Our cross validation must respect the temporal sequence of the data. We can use Walk Forward Validation or simply multiple Train-Test Splits. For illustration, I will use 3 Train-Test splits. For example, let’s assume we have 2000 samples sorted by timestamp from the earliest. Our 3 segments would look as follows:
In this section, I will select the models to train. The “Supervised” algorithms section (red section in the image above) is relevant because the dataset contains both features and labels (target variables). I like to follow Occam’s razor when it comes to algorithms selection. In other words, start with the algorithm that exhibits the fastest times to train and the greatest interpretability. Then we can increase complexity.
I will explore the following algorithms in this section:
- Linear Regression: fast to learn, easy to interpret
- Decision Trees: fast to learn (requires pruning), easy to interpret
- Neural Networks: slow to learn, hard to interpret
Starting with linear regression is useful to see if we can “get away” with simple statistics to achieve our goal before diving into complex machine learning algorithms. House price forecasting with clearly defined features is an example where linear regression often works well and using more complex algorithms is unnecessary.
Training a linear regression model using sklearn is simple:
from sklearn import linear_model model = linear_model.LinearRegression() model.fit(X_train, y_train) y_pred = model.predict(X_test)
Initial results yielded nothing remotely promising so I took another step and transformed features further. I created polynomial and nonlinear features to account for nonlinear relationships. For example, features [a, b] become [1, a, b, a², ab, b²] in the case of degree-2 polynomial.
The x-axis represents 3 cross validation segments (the fold 1st uses 1749 samples for training and 1749 for testing, the 2nd uses 3499 for training and 1749 for testing, and the last uses 5249 for training and 1749 for testing). Clearly, the results suggest that the linear model is not useful in practice. At this stage I have at least the following options:
- Ridge regression: addresses overfitting (if any)

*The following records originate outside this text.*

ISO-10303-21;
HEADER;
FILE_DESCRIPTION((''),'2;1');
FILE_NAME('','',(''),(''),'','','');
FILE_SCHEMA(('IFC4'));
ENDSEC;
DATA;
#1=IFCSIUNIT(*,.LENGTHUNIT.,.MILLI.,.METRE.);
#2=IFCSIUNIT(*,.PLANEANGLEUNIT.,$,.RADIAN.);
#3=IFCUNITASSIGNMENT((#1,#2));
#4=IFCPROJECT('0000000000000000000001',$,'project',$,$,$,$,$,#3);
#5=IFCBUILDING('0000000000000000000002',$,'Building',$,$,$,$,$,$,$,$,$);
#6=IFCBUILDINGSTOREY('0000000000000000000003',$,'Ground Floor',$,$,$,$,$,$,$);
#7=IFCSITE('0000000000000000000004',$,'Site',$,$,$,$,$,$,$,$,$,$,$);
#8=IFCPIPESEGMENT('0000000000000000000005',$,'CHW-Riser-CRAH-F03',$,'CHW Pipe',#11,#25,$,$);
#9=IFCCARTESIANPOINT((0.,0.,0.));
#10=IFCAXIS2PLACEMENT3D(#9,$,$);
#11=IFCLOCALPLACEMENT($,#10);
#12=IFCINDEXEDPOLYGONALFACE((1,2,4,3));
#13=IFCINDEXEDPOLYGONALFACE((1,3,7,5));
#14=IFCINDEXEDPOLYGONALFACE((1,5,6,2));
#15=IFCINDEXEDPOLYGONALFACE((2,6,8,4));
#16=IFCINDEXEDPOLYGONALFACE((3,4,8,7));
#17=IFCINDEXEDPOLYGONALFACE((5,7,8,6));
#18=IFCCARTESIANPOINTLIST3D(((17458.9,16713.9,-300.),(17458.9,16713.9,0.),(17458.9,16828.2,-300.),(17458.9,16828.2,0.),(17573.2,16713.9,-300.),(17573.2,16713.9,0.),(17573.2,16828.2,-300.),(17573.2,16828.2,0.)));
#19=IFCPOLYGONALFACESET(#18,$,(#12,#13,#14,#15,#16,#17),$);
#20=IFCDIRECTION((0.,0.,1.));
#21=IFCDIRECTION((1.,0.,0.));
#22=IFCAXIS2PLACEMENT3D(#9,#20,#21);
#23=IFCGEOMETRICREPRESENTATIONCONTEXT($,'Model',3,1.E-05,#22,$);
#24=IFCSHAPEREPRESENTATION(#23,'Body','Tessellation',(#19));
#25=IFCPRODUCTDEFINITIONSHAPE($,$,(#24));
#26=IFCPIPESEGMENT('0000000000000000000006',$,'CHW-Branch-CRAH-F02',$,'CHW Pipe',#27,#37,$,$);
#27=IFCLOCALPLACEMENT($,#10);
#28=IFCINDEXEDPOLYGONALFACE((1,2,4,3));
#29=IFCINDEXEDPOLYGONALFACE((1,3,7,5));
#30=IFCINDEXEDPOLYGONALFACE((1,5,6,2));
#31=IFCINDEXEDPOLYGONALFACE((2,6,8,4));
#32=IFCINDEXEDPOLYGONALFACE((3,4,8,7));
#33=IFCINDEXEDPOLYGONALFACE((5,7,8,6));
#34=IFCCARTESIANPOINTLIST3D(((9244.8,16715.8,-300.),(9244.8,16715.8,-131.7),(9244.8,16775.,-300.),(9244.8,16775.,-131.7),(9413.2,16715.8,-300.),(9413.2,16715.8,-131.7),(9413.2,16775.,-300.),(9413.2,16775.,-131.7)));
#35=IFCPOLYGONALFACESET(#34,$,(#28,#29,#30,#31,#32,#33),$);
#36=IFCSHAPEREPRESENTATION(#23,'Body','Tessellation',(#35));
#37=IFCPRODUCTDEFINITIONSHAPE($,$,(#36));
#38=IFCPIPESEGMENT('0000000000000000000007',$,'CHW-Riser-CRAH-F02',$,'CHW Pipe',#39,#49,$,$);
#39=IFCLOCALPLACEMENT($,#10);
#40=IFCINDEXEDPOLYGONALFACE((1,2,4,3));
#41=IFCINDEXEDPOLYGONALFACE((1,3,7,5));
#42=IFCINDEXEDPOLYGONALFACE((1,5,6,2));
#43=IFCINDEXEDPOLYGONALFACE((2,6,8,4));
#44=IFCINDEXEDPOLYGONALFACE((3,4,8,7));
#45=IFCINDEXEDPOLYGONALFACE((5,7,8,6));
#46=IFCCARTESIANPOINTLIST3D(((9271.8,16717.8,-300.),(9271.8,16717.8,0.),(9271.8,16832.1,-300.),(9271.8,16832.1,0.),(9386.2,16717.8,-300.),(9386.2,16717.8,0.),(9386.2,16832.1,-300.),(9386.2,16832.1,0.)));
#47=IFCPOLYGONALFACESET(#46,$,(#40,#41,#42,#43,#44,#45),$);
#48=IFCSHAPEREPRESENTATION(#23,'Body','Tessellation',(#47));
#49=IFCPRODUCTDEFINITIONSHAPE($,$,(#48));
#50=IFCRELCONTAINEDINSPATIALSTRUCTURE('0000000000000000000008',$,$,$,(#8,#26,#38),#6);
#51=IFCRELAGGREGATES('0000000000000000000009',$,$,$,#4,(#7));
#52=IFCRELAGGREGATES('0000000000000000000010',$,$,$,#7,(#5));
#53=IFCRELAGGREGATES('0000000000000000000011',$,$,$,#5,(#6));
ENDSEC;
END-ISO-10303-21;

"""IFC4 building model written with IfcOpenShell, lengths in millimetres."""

from ifc_helpers import new_model, si_unit, frame, origin_with_axes, place, context, project, spatial, rectangle, extrude, element, save


model = new_model("IFC4")

# Units and contexts
model_context = context("Model", 3, precision=1e-05, world=origin_with_axes())
ifc_project = project(units=[si_unit("LENGTHUNIT", "METRE", prefix="MILLI"), si_unit("PLANEANGLEUNIT", "RADIAN")])

# Site, building, storey
site = spatial("IfcSite", under=ifc_project, Name="Site")
building = spatial("IfcBuilding", under=site, Name="Building")
storey = spatial("IfcBuildingStorey", under=building, Name="Ground Floor")

# Pipe segments
pipe_segment_1_placement = place(None, origin_with_axes())
element("IfcPipeSegment", 1, at=pipe_segment_1_placement, inside=storey, Name="CHW-Riser-CRAH-F03", ObjectType="CHW Pipe", context=model_context, shape_type="SweptSolid", body=[
    extrude(rectangle(XDim=114.3, YDim=114.3), frame((17516.0, 16771.0, -300.0), z_axis=(0.0, 0.0, 1.0), x_axis=(1.0, 0.0, 0.0)), (0.0, 0.0, 1.0), 300.0),
])
pipe_segment_2_placement = place(None, origin_with_axes())
element("IfcPipeSegment", 2, at=pipe_segment_2_placement, inside=storey, Name="CHW-Branch-CRAH-F02", ObjectType="CHW Pipe", context=model_context, shape_type="SweptSolid", body=[
    extrude(rectangle(XDim=168.3, YDim=59.2), frame((9329.0, 16745.4, -300.0), z_axis=(0.0, 0.0, 1.0), x_axis=(1.0, 0.0, 0.0)), (0.0, 0.0, 1.0), 168.3),
])
pipe_segment_3_placement = place(None, origin_with_axes())
element("IfcPipeSegment", 3, at=pipe_segment_3_placement, inside=storey, Name="CHW-Riser-CRAH-F02", ObjectType="CHW Pipe", context=model_context, shape_type="SweptSolid", body=[
    extrude(rectangle(XDim=114.3, YDim=114.3), frame((9329.0, 16775.0, -300.0), z_axis=(0.0, 0.0, 1.0), x_axis=(1.0, 0.0, 0.0)), (0.0, 0.0, 1.0), 300.0),
])

save(model, "model.ifc")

- Lasso linear: reduces model complexity
At this point, I don’t believe that any of the options above will meaningfully impact the outcome. I will move on to other algorithms to see how they compare.
Before moving on, however, I need to set expectations. There is a saying in finance that successful forecasters only need to be correct 51% of the time. Financial leverage can be used to magnify results so being just a little correct produces impactful outcomes. This sets expectations because we will never find algorithms that are constantly 60% correct or better in this domain. As a result, we expect low R² values. This needs to be said because many sample projects in machine learning are designed to look good, which we can never match in real-life price forecasting.

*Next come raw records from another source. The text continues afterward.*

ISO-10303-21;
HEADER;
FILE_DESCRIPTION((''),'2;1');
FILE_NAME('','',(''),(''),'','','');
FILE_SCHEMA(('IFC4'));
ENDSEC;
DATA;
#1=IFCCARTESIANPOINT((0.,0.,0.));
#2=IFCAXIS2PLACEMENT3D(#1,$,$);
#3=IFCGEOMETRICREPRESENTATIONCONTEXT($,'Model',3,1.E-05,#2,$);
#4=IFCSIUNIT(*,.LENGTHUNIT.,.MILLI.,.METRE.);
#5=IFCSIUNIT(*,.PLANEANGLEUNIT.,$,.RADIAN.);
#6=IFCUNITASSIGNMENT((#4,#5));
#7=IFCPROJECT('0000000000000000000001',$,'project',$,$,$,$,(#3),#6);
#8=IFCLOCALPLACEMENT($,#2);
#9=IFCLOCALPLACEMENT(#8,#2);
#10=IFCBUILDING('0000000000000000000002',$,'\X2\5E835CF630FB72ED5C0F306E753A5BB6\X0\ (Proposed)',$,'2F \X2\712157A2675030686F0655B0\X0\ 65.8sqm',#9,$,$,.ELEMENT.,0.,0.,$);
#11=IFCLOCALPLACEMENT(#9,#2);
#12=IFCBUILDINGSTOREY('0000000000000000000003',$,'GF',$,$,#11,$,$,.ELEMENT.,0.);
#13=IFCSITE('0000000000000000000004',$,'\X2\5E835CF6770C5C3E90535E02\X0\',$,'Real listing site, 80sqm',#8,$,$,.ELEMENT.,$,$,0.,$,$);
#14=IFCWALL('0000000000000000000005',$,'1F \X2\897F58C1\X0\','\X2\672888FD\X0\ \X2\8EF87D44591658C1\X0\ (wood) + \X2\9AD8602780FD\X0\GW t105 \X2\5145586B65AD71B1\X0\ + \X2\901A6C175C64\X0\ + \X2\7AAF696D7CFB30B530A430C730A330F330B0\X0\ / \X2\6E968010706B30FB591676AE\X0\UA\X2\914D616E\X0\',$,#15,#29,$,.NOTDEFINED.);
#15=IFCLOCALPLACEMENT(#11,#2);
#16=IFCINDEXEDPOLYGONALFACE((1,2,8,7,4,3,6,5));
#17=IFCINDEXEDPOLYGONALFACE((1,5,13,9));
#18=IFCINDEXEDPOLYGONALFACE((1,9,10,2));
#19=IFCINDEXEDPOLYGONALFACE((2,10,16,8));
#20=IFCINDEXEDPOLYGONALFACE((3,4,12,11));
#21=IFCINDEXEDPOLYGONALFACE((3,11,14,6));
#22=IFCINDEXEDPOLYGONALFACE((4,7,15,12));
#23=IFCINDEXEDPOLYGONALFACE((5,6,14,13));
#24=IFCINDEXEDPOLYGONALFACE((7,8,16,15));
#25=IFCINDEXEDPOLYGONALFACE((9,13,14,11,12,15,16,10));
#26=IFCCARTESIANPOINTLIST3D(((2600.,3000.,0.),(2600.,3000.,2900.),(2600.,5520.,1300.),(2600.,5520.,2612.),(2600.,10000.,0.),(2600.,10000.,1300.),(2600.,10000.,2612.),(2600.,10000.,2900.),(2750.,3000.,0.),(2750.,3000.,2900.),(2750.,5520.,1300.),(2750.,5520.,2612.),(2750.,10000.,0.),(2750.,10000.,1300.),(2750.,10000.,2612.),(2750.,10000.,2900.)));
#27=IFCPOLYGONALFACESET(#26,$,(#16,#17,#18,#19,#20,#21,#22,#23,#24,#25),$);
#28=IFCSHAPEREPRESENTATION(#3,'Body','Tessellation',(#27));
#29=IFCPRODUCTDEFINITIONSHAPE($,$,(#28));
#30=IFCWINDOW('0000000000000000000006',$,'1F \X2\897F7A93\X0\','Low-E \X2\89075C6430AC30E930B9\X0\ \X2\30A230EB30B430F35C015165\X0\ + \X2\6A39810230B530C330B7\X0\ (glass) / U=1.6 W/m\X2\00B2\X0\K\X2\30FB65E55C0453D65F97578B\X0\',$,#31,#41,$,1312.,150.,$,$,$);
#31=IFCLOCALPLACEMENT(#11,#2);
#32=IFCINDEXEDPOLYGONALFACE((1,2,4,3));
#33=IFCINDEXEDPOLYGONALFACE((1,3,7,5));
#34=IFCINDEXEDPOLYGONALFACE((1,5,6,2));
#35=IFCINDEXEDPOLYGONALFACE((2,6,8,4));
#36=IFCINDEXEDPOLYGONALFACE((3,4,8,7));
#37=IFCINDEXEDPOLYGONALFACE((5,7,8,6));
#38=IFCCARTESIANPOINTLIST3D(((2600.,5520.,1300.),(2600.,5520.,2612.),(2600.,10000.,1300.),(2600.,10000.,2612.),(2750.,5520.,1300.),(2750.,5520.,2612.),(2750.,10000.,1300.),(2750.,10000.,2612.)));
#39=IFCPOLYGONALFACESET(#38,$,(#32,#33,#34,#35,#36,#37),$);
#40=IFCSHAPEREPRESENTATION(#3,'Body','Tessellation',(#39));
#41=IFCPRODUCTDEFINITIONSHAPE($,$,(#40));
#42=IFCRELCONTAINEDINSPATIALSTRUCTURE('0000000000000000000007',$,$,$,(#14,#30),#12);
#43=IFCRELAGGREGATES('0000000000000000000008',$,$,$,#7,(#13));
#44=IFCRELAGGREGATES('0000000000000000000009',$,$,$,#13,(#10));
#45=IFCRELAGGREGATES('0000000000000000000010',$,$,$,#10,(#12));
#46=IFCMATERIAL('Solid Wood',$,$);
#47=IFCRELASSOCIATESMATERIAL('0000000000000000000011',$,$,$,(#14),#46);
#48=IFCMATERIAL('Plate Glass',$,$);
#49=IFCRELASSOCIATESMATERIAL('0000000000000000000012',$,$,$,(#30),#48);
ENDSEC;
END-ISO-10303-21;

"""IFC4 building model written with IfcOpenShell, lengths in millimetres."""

from ifc_helpers import new_model, si_unit, frame, frame_2d, origin, place, context, project, spatial, rectangle, extrude, material, element, fill, save


model = new_model("IFC4")

# Units and contexts
model_context = context("Model", 3, precision=1e-05, world=origin())
ifc_project = project(units=[si_unit("LENGTHUNIT", "METRE", prefix="MILLI"), si_unit("PLANEANGLEUNIT", "RADIAN")], contexts=[model_context])

# Site, building, storey
site_placement = place(None, origin())
site = spatial("IfcSite", under=ifc_project, at=site_placement, Name="広島県尾道市", ObjectType="Real listing site, 80sqm", CompositionType="ELEMENT", RefElevation=0.0)
building_placement = place(site_placement, origin())
building = spatial("IfcBuilding", under=site, at=building_placement, Name="広島・狭小の町家 (Proposed)", ObjectType="2F 無垢材と漆喰 65.8sqm", CompositionType="ELEMENT", ElevationOfRefHeight=0.0, ElevationOfTerrain=0.0)
storey_placement = place(building_placement, origin())
storey = spatial("IfcBuildingStorey", under=building, at=storey_placement, Name="GF", CompositionType="ELEMENT", Elevation=0.0)

# Shared definitions
ifc_material_1 = material(Name="Solid Wood")

# Shared definitions
ifc_material_2 = material(Name="Plate Glass")

# Wall, opening, window
wall_1_placement = place(storey_placement, frame((1300.0, 1500.0, 0.0)))
wall_1 = element("IfcWall", 1, at=wall_1_placement, inside=storey, material=ifc_material_1, Name="1F 西壁", Description="木製 軸組外壁 (wood) + 高性能GW t105 充填断熱 + 通気層 + 窯業系サイディング / 準耐火・外皮UA配慮", PredefinedType="NOTDEFINED", context=model_context, shape_type="SweptSolid", body=[
    extrude(rectangle(XDim=150.0, YDim=7000.0, at=frame_2d((75.0, 3500.0))), frame((1300.0, 1500.0, 0.0)), (0.0, 0.0, 1.0), 2900.0),
])
opening_1_placement = place(storey_placement, frame((1300.0, 2760.0, 650.0)))
opening_1 = element("IfcOpeningElement", 2, at=opening_1_placement, cuts=wall_1, PredefinedType="NOTDEFINED", context=model_context, shape_type="SweptSolid", body=[
    extrude(rectangle(XDim=150.0, YDim=4480.0, at=frame_2d((75.0, 2240.0))), frame((1300.0, 2760.0, 650.0)), (0.0, 0.0, 1.0), 1312.0),
])
window_1_placement = place(storey_placement, frame((1300.0, 2760.0, 650.0)))
window_1 = element("IfcWindow", 3, at=window_1_placement, inside=storey, material=ifc_material_2, Name="1F 西窓", Description="Low-E 複層ガラス アルゴン封入 + 樹脂サッシ (glass) / U=1.6 W/m²K・日射取得型", OverallHeight=1312.0, OverallWidth=150.0, context=model_context, shape_type="SweptSolid", body=[
    extrude(rectangle(XDim=150.0, YDim=4480.0, at=frame_2d((75.0, 2240.0))), frame((1300.0, 2760.0, 650.0)), (0.0, 0.0, 1.0), 1312.0),
])
fill(opening_1, window_1)

save(model, "model.ifc")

Training a decision tree regressor model using sklearn is equally simple:
from sklearn import tree model = tree.DecisionTreeRegressor() model.fit(X_train, y_train) y_pred = model.predict(X_test)
The default results for the fit function above almost always overfit. Decision trees have a very expressive hypothesis space so they can represent almost any function when not pruned. R² for training data can easily become perfect 1.0 while for testing data the result will be 0. We therefore need to use the max_depth argument of scikit-learn DecisionTreeRegressor to enforce that the tree generalizes well for test data.
One of the biggest advantages of decision trees is their interpretability: see many useful visualization articles using standard illustrative datasets.
Scikit-learn makes simple neural network training just as simple as building a decision tree:
from sklearn.neural_network import MLPRegressor model = MLPRegressor(hidden_layer_sizes=(200, 200), solver="lbfgs", activation="relu") model.fit(X_train, y_train) y_pred = model.predict(X_test)
Training a neural net with 2 hidden layers (of 200 units each) and polynomial features starts taking tens of seconds on an average laptop. To speed up the training process in the next section, I will step away from scikit-learn and use Keras with TensorFlow backend.
Keras API is equally simple. The project even includes wrappers for scikit-learn to take advantage of scikit’s research libraries.
from keras.models import Sequential from keras.layers import Dense model = Sequential() input_size = len(X) model.add(Dense(200, activation="relu", input_dim=input_size)) model.add(Dense(200, activation="relu")) model.add(Dense(1, activation="linear")) model.compile(optimizer="adam", loss="mse") model.fit(X_train, y_train, epochs=25, verbose=1) y_pred = model.predict(X_test)
The trick to doing hyperparameter optimization is to understand that parameters should not be treated independently. Many parameters interact with each other which is why exhaustive grid search is often performed. However, grid search is that it becomes expensive very quickly.
Our decision tree grid search will iterate over the following inputs:
- splitter: strategy used to split nodes (best or random)
- max depth of the tree
- min samples per split: the minimum number of samples required to split an internal node
- max leaf nodes: number or None (allow unlimited number of leaf nodes)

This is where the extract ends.